Matley Wood is lovely, right in the forest. We adore Forestry Commission sites, they are sites as opposed to wild camping but somehow have the right feel, especially the simpler one...no regimentation. I hope they don't lose that when the CCC take them over. 

I notoce that Glenmore site (on the forest holidays website as linked above ) still uses a picture of us taken while we stayed there...no better advert for it can I produce!!!


----------



## 88870 (May 10, 2005)

Tramp (back to work eh ... bummer!), Cabby (not too late, have access on the move!), Elbino and Ruthiebabe thanks for the suggestions, I will be trying them all methinks. 

We are currently at Aldridge Hill for 2 nights. Won't be booking for longer though as its flippin pricey for us cheapskates. 

Cost just under £30 quid for 2 nights. This is because we have a car with the motorhome. 

£5 a night for the car
£1.50 admin fee for staying less than 3 nights
£9 ish a night for the camping

That said, it is very peaceful, its no longer raining and there are lots of horses and cows about. Bodie (dog) loves it.

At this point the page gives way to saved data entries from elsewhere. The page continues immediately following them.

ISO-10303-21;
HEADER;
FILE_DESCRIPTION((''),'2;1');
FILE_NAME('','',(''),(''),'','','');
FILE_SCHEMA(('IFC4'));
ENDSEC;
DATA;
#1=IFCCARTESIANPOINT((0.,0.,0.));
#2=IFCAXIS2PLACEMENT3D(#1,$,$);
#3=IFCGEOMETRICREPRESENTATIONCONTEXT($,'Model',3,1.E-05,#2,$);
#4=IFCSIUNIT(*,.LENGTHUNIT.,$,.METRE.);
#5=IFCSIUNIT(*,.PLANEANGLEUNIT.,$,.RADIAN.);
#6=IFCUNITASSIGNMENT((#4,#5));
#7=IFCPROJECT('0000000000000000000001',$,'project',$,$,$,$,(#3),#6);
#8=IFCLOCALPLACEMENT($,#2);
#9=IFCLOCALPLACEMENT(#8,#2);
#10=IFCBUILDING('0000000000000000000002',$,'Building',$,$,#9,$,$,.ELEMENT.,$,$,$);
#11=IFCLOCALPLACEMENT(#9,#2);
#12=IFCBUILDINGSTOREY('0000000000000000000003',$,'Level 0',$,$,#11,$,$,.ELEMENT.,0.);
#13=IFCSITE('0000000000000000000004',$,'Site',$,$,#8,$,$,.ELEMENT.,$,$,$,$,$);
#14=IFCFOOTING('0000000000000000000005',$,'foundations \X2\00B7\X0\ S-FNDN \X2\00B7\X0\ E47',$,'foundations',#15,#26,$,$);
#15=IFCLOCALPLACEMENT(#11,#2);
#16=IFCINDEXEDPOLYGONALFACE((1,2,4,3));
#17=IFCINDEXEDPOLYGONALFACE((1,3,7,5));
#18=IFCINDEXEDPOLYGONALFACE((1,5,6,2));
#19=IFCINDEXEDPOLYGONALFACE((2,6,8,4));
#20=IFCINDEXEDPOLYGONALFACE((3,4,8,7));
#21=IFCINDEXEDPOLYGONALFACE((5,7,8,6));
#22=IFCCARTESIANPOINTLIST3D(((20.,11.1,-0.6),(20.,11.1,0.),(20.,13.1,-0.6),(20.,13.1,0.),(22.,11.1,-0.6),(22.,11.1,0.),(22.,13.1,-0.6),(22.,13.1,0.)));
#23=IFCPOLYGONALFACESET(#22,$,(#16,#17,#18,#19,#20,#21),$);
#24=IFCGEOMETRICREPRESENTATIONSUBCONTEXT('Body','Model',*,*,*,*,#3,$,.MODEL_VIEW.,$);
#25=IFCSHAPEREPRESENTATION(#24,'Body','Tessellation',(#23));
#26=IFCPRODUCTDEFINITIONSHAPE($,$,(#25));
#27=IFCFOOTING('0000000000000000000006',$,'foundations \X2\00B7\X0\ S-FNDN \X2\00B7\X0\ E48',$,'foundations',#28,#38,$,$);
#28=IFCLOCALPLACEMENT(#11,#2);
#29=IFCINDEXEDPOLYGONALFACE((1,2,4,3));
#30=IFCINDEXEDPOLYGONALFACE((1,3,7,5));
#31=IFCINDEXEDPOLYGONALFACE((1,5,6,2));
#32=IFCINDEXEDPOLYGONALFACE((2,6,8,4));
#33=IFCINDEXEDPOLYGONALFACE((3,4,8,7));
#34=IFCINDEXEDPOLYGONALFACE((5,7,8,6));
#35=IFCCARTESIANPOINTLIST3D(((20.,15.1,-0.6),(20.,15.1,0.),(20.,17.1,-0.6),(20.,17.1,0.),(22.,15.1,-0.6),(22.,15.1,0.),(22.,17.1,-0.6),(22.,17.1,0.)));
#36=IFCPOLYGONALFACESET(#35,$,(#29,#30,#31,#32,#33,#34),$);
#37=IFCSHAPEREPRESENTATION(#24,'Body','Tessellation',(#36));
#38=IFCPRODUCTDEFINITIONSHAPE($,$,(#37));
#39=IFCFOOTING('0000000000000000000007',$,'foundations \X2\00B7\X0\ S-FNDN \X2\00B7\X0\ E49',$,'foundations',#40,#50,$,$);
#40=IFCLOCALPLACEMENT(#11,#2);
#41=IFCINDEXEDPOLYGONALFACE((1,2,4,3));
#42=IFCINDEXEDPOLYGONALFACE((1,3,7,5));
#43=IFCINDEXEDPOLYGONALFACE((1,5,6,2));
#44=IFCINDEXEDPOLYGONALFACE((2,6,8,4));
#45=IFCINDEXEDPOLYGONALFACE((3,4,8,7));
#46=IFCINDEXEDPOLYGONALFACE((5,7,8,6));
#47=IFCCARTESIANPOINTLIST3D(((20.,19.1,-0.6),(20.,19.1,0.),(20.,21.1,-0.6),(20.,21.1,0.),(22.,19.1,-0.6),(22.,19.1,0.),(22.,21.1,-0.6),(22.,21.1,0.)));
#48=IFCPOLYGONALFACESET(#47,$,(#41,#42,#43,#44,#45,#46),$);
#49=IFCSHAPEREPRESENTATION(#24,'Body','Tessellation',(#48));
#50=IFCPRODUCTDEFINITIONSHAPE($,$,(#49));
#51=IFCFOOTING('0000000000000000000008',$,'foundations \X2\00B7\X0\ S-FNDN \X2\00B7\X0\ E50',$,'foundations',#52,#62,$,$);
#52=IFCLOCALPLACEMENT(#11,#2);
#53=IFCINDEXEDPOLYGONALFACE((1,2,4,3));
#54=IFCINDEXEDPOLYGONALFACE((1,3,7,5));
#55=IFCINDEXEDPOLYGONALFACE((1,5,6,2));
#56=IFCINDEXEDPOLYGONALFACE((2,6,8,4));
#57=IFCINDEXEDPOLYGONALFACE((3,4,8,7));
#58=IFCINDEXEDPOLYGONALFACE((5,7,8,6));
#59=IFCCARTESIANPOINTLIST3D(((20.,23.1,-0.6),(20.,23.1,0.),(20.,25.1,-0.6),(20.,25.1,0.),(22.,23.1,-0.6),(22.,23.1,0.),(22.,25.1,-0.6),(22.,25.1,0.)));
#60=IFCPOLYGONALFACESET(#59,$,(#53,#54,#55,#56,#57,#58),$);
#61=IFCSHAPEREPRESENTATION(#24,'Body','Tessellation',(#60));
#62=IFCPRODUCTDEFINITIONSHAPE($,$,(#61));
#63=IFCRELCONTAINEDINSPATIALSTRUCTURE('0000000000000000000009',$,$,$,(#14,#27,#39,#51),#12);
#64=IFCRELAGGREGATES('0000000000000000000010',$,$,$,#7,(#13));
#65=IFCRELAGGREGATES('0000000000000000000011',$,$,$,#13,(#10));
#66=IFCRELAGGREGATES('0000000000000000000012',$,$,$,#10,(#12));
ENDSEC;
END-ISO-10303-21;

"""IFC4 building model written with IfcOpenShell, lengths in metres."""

from ifc_helpers import new_model, si_unit, frame, origin, place, context, subcontext, project, spatial, polyline, outline, extrude, element, save


model = new_model("IFC4")

# Units and contexts
model_context = context("Model", 3, precision=1e-05, world=origin())
body_context = subcontext(model_context, "Body", "Model", "MODEL_VIEW")
ifc_project = project(units=[si_unit("LENGTHUNIT", "METRE"), si_unit("PLANEANGLEUNIT", "RADIAN")], contexts=[model_context])

# Site, building, storey
site_placement = place(None, origin())
site = spatial("IfcSite", under=ifc_project, at=site_placement, Name="Site", CompositionType="ELEMENT")
building_placement = place(site_placement, origin())
building = spatial("IfcBuilding", under=site, at=building_placement, Name="Building", CompositionType="ELEMENT")
storey_placement = place(building_placement, origin())
storey = spatial("IfcBuildingStorey", under=building, at=storey_placement, Name="Level 0", CompositionType="ELEMENT", Elevation=0.0)

# Footings
footing_1_placement = place(storey_placement, frame((0.0, 0.0, -0.6)))
element("IfcFooting", 1, at=footing_1_placement, inside=storey, Name="foundations · S-FNDN · E47", ObjectType="foundations", context=body_context, shape_type="SweptSolid", body=[
    extrude(outline(polyline([(20.0, 11.1), (22.0, 11.1), (22.0, 13.1), (20.0, 13.1), (20.0, 11.1)])), origin(), (0.0, 0.0, 1.0), 0.6),
])
footing_2_placement = place(storey_placement, frame((0.0, 0.0, -0.6)))
element("IfcFooting", 2, at=footing_2_placement, inside=storey, Name="foundations · S-FNDN · E48", ObjectType="foundations", context=body_context, shape_type="SweptSolid", body=[
    extrude(outline(polyline([(20.0, 15.1), (22.0, 15.1), (22.0, 17.1), (20.0, 17.1), (20.0, 15.1)])), origin(), (0.0, 0.0, 1.0), 0.6),
])
footing_3_placement = place(storey_placement, frame((0.0, 0.0, -0.6)))
element("IfcFooting", 3, at=footing_3_placement, inside=storey, Name="foundations · S-FNDN · E49", ObjectType="foundations", context=body_context, shape_type="SweptSolid", body=[
    extrude(outline(polyline([(20.0, 19.1), (22.0, 19.1), (22.0, 21.1), (20.0, 21.1), (20.0, 19.1)])), origin(), (0.0, 0.0, 1.0), 0.6),
])
footing_4_placement = place(storey_placement, frame((0.0, 0.0, -0.6)))
element("IfcFooting", 4, at=footing_4_placement, inside=storey, Name="foundations · S-FNDN · E50", ObjectType="foundations", context=body_context, shape_type="SweptSolid", body=[
    extrude(outline(polyline([(20.0, 23.1), (22.0, 23.1), (22.0, 25.1), (20.0, 25.1), (20.0, 23.1)])), origin(), (0.0, 0.0, 1.0), 0.6),
])

save(model, "model.ifc")
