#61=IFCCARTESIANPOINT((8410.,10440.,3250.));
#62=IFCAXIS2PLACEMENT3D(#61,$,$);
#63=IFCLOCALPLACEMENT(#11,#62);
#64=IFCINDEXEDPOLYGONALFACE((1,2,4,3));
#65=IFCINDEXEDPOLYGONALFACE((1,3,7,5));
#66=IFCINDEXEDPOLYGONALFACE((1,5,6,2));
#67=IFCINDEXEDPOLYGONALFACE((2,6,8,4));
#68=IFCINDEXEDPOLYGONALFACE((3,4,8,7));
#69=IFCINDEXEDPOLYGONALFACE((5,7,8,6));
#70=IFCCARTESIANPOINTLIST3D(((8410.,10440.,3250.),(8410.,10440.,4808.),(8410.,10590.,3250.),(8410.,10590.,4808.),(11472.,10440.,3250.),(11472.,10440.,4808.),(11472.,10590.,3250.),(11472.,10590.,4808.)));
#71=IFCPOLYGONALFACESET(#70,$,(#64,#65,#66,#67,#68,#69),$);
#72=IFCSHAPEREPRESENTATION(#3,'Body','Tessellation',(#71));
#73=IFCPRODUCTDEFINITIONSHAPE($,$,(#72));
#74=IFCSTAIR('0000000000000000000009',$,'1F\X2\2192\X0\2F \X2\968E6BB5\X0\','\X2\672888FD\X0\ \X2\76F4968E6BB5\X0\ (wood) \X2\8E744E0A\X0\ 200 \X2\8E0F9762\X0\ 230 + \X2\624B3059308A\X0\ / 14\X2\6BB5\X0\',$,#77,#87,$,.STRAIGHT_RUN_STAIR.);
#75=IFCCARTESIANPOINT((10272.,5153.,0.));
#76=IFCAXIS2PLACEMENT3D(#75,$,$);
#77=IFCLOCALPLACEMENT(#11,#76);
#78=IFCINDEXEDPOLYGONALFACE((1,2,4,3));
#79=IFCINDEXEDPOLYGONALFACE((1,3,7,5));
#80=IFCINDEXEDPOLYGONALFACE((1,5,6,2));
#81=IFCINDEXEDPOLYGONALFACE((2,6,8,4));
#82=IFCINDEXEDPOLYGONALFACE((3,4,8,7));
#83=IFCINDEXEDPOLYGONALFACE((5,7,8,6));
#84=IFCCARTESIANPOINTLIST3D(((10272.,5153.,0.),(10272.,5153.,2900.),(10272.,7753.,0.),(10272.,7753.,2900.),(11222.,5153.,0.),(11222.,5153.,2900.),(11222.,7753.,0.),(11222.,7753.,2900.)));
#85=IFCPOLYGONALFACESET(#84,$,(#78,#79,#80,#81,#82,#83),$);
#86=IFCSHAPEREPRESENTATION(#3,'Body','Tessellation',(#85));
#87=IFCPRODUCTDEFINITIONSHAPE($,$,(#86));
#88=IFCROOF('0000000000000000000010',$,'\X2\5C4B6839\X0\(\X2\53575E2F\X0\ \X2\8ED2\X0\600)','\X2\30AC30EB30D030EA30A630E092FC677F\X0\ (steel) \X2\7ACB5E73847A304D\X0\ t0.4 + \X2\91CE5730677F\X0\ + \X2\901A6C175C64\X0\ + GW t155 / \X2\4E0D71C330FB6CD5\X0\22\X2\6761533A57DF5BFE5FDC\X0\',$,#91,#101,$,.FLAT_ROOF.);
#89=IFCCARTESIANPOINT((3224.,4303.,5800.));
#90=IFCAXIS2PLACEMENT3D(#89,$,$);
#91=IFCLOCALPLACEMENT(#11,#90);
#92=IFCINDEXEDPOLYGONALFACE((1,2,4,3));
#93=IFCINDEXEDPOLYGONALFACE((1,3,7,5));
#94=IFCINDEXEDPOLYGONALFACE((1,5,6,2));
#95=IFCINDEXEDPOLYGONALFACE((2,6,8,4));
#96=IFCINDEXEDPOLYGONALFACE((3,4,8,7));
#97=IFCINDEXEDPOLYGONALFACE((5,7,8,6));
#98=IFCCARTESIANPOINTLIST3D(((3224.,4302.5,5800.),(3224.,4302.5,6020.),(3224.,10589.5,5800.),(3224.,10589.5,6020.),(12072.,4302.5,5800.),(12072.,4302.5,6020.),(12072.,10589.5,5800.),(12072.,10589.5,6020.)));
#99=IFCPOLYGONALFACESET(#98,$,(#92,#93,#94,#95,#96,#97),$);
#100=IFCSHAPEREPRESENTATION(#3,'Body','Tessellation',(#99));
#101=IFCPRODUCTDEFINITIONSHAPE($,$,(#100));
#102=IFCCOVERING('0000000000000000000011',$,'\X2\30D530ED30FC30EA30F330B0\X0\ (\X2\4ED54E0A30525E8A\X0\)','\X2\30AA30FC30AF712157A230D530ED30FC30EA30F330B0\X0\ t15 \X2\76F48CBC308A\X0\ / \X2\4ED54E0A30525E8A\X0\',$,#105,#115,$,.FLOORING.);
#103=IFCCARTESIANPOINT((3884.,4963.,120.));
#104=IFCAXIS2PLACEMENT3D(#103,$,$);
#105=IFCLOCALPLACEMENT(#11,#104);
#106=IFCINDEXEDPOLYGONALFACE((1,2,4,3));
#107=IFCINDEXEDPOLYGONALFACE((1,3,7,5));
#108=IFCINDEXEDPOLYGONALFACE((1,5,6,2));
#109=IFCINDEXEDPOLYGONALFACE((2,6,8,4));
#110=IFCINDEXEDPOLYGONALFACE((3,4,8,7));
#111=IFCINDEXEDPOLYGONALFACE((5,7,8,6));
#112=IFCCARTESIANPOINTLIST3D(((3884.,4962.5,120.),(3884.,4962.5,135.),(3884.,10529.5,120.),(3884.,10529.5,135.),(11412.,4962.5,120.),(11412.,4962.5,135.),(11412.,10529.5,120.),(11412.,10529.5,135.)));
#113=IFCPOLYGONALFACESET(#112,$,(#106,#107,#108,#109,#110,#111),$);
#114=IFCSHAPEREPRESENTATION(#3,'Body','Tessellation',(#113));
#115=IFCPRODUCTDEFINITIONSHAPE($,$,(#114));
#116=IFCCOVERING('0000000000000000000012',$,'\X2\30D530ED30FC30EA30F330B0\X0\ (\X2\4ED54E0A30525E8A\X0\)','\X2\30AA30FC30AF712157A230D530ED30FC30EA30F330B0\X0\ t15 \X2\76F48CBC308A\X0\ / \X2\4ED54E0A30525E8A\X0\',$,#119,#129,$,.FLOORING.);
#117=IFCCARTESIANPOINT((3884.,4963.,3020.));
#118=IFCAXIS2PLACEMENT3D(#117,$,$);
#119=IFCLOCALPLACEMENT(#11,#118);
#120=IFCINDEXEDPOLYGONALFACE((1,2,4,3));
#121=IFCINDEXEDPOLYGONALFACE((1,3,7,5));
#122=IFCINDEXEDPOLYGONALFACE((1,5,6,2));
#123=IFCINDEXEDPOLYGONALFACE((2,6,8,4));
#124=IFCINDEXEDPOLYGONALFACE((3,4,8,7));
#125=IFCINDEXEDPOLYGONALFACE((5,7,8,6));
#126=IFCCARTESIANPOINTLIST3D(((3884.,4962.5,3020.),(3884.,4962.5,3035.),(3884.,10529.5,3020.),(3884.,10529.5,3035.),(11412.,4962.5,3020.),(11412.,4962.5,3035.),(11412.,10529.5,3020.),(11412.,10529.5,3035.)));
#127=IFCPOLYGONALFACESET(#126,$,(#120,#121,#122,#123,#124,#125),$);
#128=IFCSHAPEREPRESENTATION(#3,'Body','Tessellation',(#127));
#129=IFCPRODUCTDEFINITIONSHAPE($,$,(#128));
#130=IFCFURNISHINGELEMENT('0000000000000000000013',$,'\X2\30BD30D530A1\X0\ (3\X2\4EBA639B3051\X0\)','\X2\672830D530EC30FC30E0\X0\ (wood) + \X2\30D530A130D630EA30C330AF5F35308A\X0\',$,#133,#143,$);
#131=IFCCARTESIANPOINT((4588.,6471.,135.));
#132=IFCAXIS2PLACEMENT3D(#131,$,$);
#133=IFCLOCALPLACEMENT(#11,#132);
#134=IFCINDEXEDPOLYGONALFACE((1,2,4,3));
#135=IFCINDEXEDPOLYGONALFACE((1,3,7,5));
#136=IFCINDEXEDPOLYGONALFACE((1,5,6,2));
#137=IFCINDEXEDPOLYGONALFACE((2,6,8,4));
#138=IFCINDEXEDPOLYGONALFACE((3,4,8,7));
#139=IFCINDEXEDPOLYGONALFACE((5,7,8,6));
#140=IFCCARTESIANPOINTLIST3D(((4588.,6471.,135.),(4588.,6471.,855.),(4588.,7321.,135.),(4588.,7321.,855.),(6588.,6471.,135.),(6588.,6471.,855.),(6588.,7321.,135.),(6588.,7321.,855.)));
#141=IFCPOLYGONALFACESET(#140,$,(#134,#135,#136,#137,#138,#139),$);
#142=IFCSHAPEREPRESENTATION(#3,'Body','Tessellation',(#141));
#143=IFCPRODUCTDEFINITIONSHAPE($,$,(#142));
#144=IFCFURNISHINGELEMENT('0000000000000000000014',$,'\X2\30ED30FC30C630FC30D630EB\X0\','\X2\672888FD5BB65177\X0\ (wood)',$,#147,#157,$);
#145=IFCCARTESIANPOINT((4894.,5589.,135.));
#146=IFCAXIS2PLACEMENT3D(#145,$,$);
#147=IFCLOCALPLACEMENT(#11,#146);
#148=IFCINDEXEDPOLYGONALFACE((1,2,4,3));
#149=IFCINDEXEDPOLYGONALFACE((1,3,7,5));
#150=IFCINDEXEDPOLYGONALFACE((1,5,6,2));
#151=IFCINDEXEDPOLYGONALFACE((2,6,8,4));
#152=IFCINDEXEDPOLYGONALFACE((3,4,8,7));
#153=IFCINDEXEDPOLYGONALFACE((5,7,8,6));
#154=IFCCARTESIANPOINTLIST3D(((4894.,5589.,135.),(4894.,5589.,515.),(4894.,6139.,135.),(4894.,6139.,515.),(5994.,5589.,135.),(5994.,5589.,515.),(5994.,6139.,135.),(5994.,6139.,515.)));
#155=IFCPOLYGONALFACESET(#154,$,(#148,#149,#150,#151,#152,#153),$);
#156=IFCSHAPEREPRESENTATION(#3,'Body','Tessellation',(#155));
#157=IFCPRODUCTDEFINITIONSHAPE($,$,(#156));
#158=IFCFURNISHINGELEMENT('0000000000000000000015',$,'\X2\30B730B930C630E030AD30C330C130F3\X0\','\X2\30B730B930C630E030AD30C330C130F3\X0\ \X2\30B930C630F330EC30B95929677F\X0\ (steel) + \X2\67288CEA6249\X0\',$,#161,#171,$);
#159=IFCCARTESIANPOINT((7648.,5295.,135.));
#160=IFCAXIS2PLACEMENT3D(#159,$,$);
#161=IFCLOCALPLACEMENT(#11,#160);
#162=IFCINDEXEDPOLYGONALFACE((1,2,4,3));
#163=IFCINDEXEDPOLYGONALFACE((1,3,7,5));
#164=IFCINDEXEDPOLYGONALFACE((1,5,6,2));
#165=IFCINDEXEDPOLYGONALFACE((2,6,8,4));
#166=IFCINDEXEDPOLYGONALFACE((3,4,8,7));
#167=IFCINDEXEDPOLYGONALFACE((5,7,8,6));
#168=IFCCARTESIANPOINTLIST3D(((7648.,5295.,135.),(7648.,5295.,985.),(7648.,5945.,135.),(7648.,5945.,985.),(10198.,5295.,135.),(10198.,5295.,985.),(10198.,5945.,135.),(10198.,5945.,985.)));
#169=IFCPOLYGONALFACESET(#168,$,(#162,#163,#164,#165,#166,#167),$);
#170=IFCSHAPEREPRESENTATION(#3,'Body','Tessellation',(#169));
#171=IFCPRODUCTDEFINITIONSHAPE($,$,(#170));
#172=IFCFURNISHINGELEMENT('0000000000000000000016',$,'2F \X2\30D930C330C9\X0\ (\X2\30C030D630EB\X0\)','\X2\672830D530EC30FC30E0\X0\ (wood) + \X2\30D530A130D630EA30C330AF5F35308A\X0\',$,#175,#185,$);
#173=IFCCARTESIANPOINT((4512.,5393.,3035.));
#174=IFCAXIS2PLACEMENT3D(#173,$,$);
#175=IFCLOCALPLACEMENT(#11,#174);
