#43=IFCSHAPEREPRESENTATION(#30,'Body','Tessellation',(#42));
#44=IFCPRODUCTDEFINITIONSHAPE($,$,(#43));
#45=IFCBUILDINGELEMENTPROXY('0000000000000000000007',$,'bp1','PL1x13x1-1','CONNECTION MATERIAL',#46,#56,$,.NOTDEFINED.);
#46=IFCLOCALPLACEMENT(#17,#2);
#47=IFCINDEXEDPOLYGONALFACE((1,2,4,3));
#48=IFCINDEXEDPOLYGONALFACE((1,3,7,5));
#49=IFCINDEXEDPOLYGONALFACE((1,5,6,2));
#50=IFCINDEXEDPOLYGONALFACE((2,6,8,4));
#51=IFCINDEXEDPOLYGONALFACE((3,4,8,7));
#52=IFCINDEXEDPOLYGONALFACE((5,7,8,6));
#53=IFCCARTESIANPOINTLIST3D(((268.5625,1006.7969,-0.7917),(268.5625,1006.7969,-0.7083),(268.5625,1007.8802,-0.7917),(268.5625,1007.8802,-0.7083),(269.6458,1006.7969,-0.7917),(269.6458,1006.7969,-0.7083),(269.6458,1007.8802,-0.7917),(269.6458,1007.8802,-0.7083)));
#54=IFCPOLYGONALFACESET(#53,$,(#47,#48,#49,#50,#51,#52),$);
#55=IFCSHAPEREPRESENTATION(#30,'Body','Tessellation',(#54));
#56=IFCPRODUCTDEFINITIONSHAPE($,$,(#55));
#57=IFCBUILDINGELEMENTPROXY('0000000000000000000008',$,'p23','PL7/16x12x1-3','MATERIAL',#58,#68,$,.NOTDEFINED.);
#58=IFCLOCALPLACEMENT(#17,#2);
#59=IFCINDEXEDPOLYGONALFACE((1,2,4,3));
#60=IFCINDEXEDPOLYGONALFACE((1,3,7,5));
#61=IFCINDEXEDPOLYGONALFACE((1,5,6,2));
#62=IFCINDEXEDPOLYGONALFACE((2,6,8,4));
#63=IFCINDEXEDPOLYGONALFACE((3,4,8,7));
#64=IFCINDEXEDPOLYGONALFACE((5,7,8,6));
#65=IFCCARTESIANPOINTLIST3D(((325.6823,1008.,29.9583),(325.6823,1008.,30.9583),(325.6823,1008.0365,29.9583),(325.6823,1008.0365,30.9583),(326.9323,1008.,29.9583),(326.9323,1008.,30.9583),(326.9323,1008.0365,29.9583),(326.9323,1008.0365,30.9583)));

She met a horse for the first time today and was awed!  

Daren't put the gazebo up though as there is a charge for that too ... may have to go into the overdraft ... he he he. :lol:


----------



## cabby (May 14, 2005)

Hi Wurz. the site i mentioned is very reasonable.the access roads do seem a bit tight but the buses and lorries go there and our 28ft made it with plenty room to spare.just close your eyes and foot down  8O :? :wink:


----------